The patient still sat up rigidly, and for so long that the surgeon placed a hand upon his shoulder to motion him to lie down. But he kept fixedly gazing out to sea. Minutes elapsed and yet he moved not. The surgeon, with some expression of anxiety, once more motioned him to lie down, but still he kept his look seawards. At last the rigid muscles relaxed, and as he let his head drop upon the pillow he said, “I have seen the last of it—the last of the sea—you can do what you like with me now.” He had, indeed, taken, as he thought, farewell of his old love, of the sea of his boyhood and of many happy memories. The eyes of the patient closed upon the sight of the English Channel radiant in the sun, and as the mask of the anæsthetist was placed over his face he muttered, “I have said good-bye.”

The trouble revealed by the surgeon proved to be cancer, and when, some few days after the operation, the weary man was told the nature of his malady he said, with a smile, he would take no more trouble to live. In fourteen days he died.

Every day his bed was brought close to the window so that the sun could fall upon him, so that his eyes could rest upon the stretch of water and the sound of waves could fall upon his tired ears.

The friend of his boyhood, the clerk, came down from London to see him. They had very little to say to one another when they met. After the simplest greeting was over the sick man turned his face towards the sea and for long he and his old companion gazed at the blue Channel in silence.

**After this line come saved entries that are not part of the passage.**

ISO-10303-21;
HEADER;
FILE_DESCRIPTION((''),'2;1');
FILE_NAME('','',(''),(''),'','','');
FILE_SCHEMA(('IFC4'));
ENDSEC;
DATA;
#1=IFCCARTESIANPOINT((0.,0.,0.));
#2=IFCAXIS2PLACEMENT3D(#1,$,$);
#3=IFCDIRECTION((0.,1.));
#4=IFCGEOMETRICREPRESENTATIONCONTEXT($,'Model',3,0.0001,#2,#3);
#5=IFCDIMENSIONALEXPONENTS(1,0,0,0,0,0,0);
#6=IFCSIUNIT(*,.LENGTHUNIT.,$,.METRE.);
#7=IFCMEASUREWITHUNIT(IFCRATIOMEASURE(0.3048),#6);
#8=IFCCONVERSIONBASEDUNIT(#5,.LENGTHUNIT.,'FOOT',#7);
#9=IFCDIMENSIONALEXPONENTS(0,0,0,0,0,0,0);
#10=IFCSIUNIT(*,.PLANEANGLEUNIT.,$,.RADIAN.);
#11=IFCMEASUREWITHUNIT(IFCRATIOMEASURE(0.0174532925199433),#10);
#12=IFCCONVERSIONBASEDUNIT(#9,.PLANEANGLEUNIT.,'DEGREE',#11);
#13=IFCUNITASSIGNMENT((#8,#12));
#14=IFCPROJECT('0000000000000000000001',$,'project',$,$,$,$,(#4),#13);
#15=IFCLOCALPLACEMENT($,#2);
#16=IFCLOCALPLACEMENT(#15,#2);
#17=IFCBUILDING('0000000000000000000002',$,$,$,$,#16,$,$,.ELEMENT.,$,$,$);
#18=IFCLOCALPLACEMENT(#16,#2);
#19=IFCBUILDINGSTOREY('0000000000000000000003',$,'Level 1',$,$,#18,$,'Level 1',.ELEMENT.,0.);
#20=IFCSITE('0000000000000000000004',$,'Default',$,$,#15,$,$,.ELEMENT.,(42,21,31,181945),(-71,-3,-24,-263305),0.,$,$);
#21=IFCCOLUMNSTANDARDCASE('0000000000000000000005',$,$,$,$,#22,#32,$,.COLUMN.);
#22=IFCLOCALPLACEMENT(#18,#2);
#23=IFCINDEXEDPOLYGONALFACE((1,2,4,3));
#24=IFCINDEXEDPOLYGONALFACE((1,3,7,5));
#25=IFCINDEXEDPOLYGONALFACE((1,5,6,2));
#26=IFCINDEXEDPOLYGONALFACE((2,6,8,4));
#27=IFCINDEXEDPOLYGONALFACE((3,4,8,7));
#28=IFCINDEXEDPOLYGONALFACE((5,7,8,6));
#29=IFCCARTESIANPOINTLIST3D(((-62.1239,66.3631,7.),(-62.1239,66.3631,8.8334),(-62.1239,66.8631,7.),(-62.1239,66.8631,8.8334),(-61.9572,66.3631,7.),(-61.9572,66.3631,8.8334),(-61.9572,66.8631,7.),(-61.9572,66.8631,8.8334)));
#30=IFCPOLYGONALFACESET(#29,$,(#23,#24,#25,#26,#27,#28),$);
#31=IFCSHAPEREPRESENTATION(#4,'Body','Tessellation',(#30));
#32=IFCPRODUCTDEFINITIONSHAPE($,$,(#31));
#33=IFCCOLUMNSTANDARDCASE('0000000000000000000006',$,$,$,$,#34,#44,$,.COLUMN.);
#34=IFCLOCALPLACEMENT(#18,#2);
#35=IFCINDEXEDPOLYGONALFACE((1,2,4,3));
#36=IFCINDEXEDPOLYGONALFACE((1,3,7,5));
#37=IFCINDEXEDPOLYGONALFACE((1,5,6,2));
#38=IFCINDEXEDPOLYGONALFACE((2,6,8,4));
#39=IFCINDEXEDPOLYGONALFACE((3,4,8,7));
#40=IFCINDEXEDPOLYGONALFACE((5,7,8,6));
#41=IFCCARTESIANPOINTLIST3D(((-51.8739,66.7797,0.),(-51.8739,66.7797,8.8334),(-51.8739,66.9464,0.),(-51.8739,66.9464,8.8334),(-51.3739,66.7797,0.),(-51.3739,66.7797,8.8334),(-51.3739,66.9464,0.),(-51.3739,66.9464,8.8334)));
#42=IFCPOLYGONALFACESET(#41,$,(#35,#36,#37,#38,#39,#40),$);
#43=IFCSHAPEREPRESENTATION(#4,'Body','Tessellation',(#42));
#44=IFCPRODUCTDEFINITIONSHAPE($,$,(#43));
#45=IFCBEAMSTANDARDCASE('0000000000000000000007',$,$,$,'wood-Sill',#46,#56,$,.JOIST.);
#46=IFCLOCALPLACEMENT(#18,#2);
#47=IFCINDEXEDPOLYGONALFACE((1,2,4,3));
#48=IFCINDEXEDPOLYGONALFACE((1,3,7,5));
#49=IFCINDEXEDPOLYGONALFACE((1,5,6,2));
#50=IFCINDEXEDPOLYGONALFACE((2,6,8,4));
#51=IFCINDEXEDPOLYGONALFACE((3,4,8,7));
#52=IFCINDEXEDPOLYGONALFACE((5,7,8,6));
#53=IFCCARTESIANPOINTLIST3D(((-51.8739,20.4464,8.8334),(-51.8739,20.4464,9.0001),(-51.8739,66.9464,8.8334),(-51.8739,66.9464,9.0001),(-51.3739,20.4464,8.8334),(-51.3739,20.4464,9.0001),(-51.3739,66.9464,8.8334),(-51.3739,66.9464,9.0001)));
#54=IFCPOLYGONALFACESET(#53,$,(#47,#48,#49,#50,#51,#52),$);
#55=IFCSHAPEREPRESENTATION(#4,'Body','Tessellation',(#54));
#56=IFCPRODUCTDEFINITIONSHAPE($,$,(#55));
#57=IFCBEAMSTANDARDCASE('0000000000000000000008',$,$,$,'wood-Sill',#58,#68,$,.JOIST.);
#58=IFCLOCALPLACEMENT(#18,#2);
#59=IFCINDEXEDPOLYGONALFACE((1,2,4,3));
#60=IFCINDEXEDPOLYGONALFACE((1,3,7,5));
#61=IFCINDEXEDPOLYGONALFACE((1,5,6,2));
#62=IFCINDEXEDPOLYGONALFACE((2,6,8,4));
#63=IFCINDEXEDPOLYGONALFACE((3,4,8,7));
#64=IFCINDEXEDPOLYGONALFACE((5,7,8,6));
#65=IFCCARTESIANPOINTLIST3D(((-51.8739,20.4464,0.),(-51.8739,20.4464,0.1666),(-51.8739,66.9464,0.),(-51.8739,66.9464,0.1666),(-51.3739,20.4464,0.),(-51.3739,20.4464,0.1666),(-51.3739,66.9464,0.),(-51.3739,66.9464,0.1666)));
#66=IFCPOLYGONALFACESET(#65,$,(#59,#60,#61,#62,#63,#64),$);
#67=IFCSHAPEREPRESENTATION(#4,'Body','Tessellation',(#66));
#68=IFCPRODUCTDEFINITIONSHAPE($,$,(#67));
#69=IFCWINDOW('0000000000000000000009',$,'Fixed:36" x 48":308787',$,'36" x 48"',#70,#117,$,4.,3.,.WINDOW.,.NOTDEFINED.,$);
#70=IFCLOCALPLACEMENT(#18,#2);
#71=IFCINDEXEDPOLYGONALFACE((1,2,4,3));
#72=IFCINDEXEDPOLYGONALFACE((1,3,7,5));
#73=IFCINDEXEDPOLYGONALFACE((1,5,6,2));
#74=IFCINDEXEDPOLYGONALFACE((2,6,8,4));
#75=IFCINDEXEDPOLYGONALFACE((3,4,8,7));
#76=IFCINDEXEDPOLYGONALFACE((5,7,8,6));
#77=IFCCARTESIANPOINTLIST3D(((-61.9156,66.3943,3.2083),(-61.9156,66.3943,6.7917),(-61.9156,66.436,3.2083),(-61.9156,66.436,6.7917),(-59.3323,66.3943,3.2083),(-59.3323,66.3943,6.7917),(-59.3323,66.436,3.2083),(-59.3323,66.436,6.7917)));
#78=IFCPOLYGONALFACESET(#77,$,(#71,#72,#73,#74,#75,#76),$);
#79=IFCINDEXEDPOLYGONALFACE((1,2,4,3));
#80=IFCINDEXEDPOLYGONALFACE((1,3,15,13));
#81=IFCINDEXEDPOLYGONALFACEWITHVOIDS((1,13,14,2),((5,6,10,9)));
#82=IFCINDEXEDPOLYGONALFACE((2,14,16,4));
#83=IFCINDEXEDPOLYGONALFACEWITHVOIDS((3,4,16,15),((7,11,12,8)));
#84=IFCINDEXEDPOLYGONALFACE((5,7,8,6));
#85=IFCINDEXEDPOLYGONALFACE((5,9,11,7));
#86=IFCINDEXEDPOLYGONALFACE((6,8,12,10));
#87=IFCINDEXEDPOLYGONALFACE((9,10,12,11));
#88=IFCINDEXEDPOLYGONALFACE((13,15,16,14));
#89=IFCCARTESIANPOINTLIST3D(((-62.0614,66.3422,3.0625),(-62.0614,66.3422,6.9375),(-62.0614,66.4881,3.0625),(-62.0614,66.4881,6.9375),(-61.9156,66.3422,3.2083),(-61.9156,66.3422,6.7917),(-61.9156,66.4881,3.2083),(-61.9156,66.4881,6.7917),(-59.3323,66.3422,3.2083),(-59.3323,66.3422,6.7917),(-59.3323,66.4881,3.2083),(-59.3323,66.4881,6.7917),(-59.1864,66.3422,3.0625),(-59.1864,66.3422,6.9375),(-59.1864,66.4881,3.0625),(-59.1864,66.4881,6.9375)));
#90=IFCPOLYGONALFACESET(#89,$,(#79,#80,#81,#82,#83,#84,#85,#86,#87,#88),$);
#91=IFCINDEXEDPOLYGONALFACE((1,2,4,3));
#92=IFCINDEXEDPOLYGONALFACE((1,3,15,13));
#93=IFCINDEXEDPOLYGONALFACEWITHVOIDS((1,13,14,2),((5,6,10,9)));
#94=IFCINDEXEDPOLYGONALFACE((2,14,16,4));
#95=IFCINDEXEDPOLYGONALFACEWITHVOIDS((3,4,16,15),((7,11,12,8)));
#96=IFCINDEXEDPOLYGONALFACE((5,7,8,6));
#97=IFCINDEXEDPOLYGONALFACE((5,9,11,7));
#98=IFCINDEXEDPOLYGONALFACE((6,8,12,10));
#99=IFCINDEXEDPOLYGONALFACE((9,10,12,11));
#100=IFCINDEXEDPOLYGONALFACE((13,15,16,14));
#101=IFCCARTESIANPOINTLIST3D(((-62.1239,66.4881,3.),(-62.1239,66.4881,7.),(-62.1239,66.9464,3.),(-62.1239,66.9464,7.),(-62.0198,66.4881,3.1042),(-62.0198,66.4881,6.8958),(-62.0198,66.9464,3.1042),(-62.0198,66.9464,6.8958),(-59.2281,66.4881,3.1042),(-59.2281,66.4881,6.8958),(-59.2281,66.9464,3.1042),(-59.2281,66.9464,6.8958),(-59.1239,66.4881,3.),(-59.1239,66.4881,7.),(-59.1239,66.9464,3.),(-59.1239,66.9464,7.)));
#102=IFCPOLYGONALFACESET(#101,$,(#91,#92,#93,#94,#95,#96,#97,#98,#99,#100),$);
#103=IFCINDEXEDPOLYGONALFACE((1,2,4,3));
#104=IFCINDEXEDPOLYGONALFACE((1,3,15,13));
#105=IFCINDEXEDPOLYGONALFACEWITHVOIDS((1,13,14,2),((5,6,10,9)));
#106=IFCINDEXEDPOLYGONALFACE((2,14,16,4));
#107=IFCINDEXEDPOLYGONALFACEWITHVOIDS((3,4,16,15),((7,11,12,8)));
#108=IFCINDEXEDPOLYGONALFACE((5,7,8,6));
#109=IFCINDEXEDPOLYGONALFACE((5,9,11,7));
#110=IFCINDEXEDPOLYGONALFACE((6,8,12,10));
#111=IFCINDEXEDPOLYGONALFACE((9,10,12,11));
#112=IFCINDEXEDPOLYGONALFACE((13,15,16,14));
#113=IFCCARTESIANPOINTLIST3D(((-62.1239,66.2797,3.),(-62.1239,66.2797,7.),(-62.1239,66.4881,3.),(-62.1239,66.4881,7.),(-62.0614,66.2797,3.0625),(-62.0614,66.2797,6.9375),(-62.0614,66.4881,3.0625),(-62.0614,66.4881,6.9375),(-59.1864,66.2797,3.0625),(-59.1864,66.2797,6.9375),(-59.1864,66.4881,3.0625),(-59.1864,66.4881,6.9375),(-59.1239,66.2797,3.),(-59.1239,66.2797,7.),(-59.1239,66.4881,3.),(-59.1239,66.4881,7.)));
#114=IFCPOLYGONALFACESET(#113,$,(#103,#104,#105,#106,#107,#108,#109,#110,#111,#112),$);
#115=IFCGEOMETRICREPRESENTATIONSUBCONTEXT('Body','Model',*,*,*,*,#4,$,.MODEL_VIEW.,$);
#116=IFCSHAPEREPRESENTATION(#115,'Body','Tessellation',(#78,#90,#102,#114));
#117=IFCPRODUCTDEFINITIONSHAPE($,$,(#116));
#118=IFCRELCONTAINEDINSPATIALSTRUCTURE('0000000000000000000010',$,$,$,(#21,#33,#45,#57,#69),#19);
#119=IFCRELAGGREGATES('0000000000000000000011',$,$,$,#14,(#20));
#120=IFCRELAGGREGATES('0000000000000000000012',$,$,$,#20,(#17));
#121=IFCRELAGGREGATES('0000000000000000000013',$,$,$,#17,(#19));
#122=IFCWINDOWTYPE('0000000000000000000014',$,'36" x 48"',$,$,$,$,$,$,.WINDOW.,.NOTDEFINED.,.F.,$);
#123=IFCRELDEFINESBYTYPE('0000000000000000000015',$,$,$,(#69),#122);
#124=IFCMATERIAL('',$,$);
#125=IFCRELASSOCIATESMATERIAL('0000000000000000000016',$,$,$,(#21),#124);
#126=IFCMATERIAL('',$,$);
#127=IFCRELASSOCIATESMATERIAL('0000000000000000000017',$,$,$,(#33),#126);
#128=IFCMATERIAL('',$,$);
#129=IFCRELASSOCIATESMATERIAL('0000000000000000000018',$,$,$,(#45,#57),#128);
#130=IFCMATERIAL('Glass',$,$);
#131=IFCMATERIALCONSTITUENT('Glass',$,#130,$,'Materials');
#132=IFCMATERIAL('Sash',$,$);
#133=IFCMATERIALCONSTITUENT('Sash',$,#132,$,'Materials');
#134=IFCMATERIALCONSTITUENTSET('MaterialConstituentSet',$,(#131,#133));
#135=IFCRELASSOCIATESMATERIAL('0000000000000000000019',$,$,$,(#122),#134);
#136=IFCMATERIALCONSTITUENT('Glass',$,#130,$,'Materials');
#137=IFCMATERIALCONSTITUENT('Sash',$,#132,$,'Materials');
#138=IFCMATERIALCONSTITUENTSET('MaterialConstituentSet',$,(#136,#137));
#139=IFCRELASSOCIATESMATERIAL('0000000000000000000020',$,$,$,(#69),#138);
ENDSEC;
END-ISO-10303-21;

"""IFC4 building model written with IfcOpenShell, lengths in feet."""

from ifc_helpers import new_model, entity, si_unit, converted_unit, direction, frame, frame_2d, origin, origin_with_axes, place, context, subcontext, project, spatial, polyline, rectangle, outline, extrude, source, transform, mapped, material, constituent, constituent_set, type_object, type_shapes, element, save


model = new_model("IFC4")

# Units and contexts
model_context = context("Model", 3, precision=0.0001, world=origin(), true_north=direction((0.0, 1.0)))
body_context = subcontext(model_context, "Body", "Model", "MODEL_VIEW")
ifc_project = project(units=[converted_unit("LENGTHUNIT", "FOOT", entity("IfcRatioMeasure", 0.3048), si_unit("LENGTHUNIT", "METRE"), dimensions=[1, 0, 0, 0, 0, 0, 0]), converted_unit("PLANEANGLEUNIT", "DEGREE", entity("IfcRatioMeasure", 0.0174532925199433), si_unit("PLANEANGLEUNIT", "RADIAN"), dimensions=[0, 0, 0, 0, 0, 0, 0])], contexts=[model_context])

# Site, building, storey
site_placement = place(None, origin())
site = spatial("IfcSite", under=ifc_project, at=site_placement, Name="Default", CompositionType="ELEMENT", RefLatitude=(42, 21, 31, 181945), RefLongitude=(-71, -3, -24, -263305), RefElevation=0.0)
building_placement = place(site_placement, origin())
building = spatial("IfcBuilding", under=site, at=building_placement, CompositionType="ELEMENT")
storey_placement = place(building_placement, origin())
storey = spatial("IfcBuildingStorey", under=building, at=storey_placement, Name="Level 1", LongName="Level 1", CompositionType="ELEMENT", Elevation=0.0)

# Columns
ifc_material_1 = material(Name="")
placement_1 = place(storey_placement, frame((-69.9573, 66.6131, 0.0)))
ifc_material_2 = material(Name="")
for number, where, z_axis, x_axis in (
    (1, (7.9167, 0.0, 7.0), (0.0, 0.0, 1.0), (1.0, 0.0, 0.0)),
):
    element("IfcColumnStandardCase", number, at=place(placement_1, frame(where, z_axis=z_axis, x_axis=x_axis)), inside=storey, material=ifc_material_2, PredefinedType="COLUMN", context=model_context, shape_type="SweptSolid", body=[
        extrude(rectangle(XDim=0.1667, YDim=0.5), origin(), (0.0, 0.0, 1.0), 1.8334),
    ])
placement_2 = place(storey_placement, frame((-51.6239, 66.9464, 0.0), z_axis=(0.0, 0.0, 1.0), x_axis=(0.0, -1.0, 0.0)))
for number, where, z_axis, x_axis in (
    (2, (0.0833, 0.0, 0.0), (0.0, 0.0, 1.0), (1.0, 0.0, 0.0)),
):
    element("IfcColumnStandardCase", number, at=place(placement_2, frame(where, z_axis=z_axis, x_axis=x_axis)), inside=storey, material=ifc_material_1, PredefinedType="COLUMN", context=model_context, shape_type="SweptSolid", body=[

There was no need for speech. It was the sea that spoke for them. It was evident that they were both back again at Salcombe, at some beloved creek, and that they were boys once more playing by the sea. The sick man’s hand moved across the coverlet to search for the hand of his friend, and when the fingers met they closed in a grip of gratitude for the most gracious memory of their lives.

The failing man’s last sight of the sea was one evening at sundown when the tide was swinging away to the west. His look lingered upon the fading waves until the night set in. Then the blind of the window was drawn down.

Next morning at sunrise it was not drawn up, for the lover of the sea was dead.


VII
A CASE OF “HEART FAILURE”

WHAT a strange company they are, these old patients who crowd into the surgeon’s memory after a lifetime of busy practice! There they stand, a confused, impersonal assembly, so illusive and indistinct as to be little more than shadows. Behind them is a dim background of the past—a long building with many windows that I recognize as my old hospital, a consulting room with familiar furniture, an operating theatre, certain indefinite sick-rooms as well as a ward in which are marshalled a double row of beds with blue and white coverlets.

Turning over the pages of old case books, as one would idle with the sheets of an inventory, some of these long departed folk appear clearly enough, both as to their faces and the details of their histories; but the majority are mere ghosts with neither remembered names nor features, neither age nor sex. They are just fragments of anatomy, the last visible portions of figures that are fading out of sight. Here, among the crowd, are the cheeks of a pretty girl encircled by white bandages and the visage of a toothless old man with only one ear. I can recollect nothing but their looks. They belong to people I have known, somewhere and somehow, in the consulting room or the ward. Here a light falls upon “that knee,” “that curious skull,” “that puzzling growth.” Here is a much distorted back, bare and pitiable, surmounted by coils of beautiful brown hair. If the lady turned round I should probably not recognize her face; but I remember the back and the coils of hair.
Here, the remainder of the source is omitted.